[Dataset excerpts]
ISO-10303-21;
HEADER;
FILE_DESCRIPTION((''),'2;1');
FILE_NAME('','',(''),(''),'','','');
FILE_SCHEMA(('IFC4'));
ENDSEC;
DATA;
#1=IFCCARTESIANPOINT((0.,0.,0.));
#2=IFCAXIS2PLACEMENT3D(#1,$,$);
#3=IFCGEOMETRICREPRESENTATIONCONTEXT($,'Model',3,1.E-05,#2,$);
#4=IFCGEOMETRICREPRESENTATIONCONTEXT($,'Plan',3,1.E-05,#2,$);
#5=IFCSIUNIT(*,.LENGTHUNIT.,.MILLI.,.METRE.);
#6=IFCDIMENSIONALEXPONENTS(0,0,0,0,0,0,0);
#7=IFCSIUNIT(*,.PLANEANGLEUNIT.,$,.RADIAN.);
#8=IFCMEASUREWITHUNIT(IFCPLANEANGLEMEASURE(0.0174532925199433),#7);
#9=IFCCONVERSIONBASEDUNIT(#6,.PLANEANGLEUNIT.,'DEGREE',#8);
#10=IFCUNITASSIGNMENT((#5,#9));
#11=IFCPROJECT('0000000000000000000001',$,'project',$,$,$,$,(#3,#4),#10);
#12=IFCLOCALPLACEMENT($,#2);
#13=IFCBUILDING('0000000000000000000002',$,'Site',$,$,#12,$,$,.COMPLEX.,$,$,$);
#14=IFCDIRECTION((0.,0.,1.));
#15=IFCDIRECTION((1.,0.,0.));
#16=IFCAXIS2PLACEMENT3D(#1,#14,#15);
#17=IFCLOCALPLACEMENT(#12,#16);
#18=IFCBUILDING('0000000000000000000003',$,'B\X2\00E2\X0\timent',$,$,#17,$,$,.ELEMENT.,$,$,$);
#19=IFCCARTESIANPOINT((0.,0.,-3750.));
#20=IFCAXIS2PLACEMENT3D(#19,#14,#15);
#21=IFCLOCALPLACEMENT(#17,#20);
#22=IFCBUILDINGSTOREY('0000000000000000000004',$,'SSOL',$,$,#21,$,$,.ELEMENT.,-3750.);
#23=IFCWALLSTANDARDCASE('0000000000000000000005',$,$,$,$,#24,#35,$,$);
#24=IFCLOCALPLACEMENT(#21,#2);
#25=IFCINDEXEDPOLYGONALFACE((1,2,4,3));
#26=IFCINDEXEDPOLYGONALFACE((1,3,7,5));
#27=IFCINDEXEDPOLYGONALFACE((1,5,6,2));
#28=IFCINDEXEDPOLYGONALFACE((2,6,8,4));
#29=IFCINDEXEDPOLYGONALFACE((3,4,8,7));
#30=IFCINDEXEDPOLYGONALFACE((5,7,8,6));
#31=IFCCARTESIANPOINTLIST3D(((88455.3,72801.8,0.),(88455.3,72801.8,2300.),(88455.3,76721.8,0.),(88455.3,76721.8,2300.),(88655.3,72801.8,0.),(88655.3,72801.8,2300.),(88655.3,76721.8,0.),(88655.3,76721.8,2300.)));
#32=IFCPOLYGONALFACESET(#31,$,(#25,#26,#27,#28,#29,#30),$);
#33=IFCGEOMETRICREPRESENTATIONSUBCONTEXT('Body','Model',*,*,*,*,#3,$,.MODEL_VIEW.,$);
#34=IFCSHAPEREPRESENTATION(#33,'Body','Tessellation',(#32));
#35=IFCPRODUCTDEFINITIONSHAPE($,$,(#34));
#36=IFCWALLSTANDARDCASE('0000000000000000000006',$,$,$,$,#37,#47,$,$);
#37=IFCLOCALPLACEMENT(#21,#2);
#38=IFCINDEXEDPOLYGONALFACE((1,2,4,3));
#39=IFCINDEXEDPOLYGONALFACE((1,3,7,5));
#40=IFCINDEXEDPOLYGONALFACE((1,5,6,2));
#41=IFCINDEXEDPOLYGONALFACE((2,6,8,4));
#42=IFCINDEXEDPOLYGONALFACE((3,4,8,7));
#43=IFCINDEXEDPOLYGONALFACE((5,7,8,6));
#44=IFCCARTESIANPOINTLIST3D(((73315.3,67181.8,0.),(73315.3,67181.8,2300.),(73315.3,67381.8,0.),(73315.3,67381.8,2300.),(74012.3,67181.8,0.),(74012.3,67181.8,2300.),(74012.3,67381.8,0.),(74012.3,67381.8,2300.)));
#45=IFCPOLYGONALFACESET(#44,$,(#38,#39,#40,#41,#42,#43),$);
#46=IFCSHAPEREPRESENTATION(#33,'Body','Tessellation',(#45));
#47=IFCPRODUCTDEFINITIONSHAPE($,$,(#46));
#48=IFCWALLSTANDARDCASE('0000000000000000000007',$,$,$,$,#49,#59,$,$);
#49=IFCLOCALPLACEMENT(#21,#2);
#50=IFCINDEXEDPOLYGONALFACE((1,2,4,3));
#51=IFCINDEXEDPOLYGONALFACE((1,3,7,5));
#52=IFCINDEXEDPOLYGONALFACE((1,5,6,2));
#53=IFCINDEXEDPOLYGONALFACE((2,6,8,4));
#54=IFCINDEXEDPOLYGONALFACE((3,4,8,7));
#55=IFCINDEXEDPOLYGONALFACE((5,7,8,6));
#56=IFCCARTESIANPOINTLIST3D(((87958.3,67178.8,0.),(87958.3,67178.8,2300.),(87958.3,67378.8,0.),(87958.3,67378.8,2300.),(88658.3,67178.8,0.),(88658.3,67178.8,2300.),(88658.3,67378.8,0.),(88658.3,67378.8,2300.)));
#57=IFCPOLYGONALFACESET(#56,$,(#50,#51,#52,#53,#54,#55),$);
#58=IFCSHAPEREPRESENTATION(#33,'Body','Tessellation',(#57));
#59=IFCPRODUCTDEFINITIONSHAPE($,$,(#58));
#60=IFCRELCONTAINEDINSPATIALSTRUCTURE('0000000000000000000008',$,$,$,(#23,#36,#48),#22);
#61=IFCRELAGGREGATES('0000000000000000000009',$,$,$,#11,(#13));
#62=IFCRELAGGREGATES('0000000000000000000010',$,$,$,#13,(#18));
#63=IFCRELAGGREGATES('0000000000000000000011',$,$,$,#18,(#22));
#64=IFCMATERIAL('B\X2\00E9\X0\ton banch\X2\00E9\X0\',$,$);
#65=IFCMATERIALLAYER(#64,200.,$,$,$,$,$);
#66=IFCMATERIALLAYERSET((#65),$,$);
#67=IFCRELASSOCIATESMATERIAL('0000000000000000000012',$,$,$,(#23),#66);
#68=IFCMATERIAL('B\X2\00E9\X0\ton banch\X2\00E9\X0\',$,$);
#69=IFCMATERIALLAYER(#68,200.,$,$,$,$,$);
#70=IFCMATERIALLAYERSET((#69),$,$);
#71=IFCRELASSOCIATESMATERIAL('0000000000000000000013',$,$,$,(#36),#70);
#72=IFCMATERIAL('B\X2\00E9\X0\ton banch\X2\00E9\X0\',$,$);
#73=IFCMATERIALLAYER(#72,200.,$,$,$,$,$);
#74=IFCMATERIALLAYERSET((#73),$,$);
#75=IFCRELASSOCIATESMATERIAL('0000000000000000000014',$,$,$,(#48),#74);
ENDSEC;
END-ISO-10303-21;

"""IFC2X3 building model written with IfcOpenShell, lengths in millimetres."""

from ifc_helpers import new_model, entity, si_unit, converted_unit, frame, frame_2d, origin, origin_with_axes, place, context, subcontext, project, spatial, rectangle, extrude, material, layer, layer_set, layer_usage, element, save


model = new_model("IFC2X3")

# Units and contexts
model_context = context("Model", 3, precision=1e-05, world=origin())
plan_context = context("Plan", 3, precision=1e-05, world=origin())
body_context = subcontext(model_context, "Body", "Model", "MODEL_VIEW")
ifc_project = project(units=[si_unit("LENGTHUNIT", "METRE", prefix="MILLI"), converted_unit("PLANEANGLEUNIT", "DEGREE", entity("IfcPlaneAngleMeasure", 0.0174532925199433), si_unit("PLANEANGLEUNIT", "RADIAN"), dimensions=[0, 0, 0, 0, 0, 0, 0])], contexts=[model_context, plan_context])

# Buildings, storey
building_1_placement = place(None, origin())
building_1 = spatial("IfcBuilding", under=ifc_project, at=building_1_placement, Name="Site", CompositionType="COMPLEX")
building_2_placement = place(building_1_placement, origin_with_axes())
building_2 = spatial("IfcBuilding", under=building_1, at=building_2_placement, Name="Bâtiment", CompositionType="ELEMENT")
storey_placement = place(building_2_placement, frame((0.0, 0.0, -3750.0), z_axis=(0.0, 0.0, 1.0), x_axis=(1.0, 0.0, 0.0)))
storey = spatial("IfcBuildingStorey", under=building_2, at=storey_placement, Name="SSOL", CompositionType="ELEMENT", Elevation=-3750.0)

# Walls
ifc_material_1 = material(Name="Béton banché")
ifc_layer_1 = layer(ifc_material_1, 200.0)
ifc_layer_set_1 = layer_set([ifc_layer_1])
ifc_layer_usage_1 = layer_usage(ifc_layer_set_1, "AXIS2", "POSITIVE", 0.0)
wall_1_placement = place(storey_placement, frame((88655.3, 72801.8, 0.0), z_axis=(0.0, 0.0, 1.0), x_axis=(0.0, 1.0, 0.0)))
element("IfcWallStandardCase", 1, at=wall_1_placement, inside=storey, material=ifc_layer_usage_1, context=body_context, shape_type="SweptSolid", body=[
    extrude(rectangle(XDim=3920.0, YDim=200.0, at=frame_2d((1960.0, 100.0), x_axis=(1.0, 0.0))), origin_with_axes(), (0.0, 0.0, 1.0), 2300.0),
])
ifc_material_2 = material(Name="Béton banché")
ifc_layer_2 = layer(ifc_material_2, 200.0)
ifc_layer_set_2 = layer_set([ifc_layer_2])
ifc_layer_usage_2 = layer_usage(ifc_layer_set_2, "AXIS2", "POSITIVE", 0.0)
wall_2_placement = place(storey_placement, frame((73315.3, 67181.8, 0.0), z_axis=(0.0, 0.0, 1.0), x_axis=(1.0, 0.0, 0.0)))
element("IfcWallStandardCase", 2, at=wall_2_placement, inside=storey, material=ifc_layer_usage_2, context=body_context, shape_type="SweptSolid", body=[
    extrude(rectangle(XDim=697.0, YDim=200.0, at=frame_2d((348.5, 100.0), x_axis=(1.0, 0.0))), origin_with_axes(), (0.0, 0.0, 1.0), 2300.0),
])
ifc_material_3 = material(Name="Béton banché")
ifc_layer_3 = layer(ifc_material_3, 200.0)
ifc_layer_set_3 = layer_set([ifc_layer_3])
ifc_layer_usage_3 = layer_usage(ifc_layer_set_3, "AXIS2", "POSITIVE", 0.0)
wall_3_placement = place(storey_placement, frame((87958.3, 67178.8, 0.0), z_axis=(0.0, 0.0, 1.0), x_axis=(1.0, 0.0, 0.0)))
element("IfcWallStandardCase", 3, at=wall_3_placement, inside=storey, material=ifc_layer_usage_3, context=body_context, shape_type="SweptSolid", body=[
    extrude(rectangle(XDim=700.0, YDim=200.0, at=frame_2d((350.0, 100.0), x_axis=(1.0, 0.0))), origin_with_axes(), (0.0, 0.0, 1.0), 2300.0),
])

save(model, "model.ifc")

__Assignment__. Reproduce exactly the lines from the beginning of the entries above up to and including the line that contains "#10=IFCUNITASSIGNMENT((#5,#9));".

__Result__.
ISO-10303-21;
HEADER;
FILE_DESCRIPTION((''),'2;1');
FILE_NAME('','',(''),(''),'','','');
FILE_SCHEMA(('IFC4'));
ENDSEC;
DATA;
#1=IFCCARTESIANPOINT((0.,0.,0.));
#2=IFCAXIS2PLACEMENT3D(#1,$,$);
#3=IFCGEOMETRICREPRESENTATIONCONTEXT($,'Model',3,1.E-05,#2,$);
#4=IFCGEOMETRICREPRESENTATIONCONTEXT($,'Plan',3,1.E-05,#2,$);
#5=IFCSIUNIT(*,.LENGTHUNIT.,.MILLI.,.METRE.);
#6=IFCDIMENSIONALEXPONENTS(0,0,0,0,0,0,0);
#7=IFCSIUNIT(*,.PLANEANGLEUNIT.,$,.RADIAN.);
#8=IFCMEASUREWITHUNIT(IFCPLANEANGLEMEASURE(0.0174532925199433),#7);
#9=IFCCONVERSIONBASEDUNIT(#6,.PLANEANGLEUNIT.,'DEGREE',#8);
#10=IFCUNITASSIGNMENT((#5,#9));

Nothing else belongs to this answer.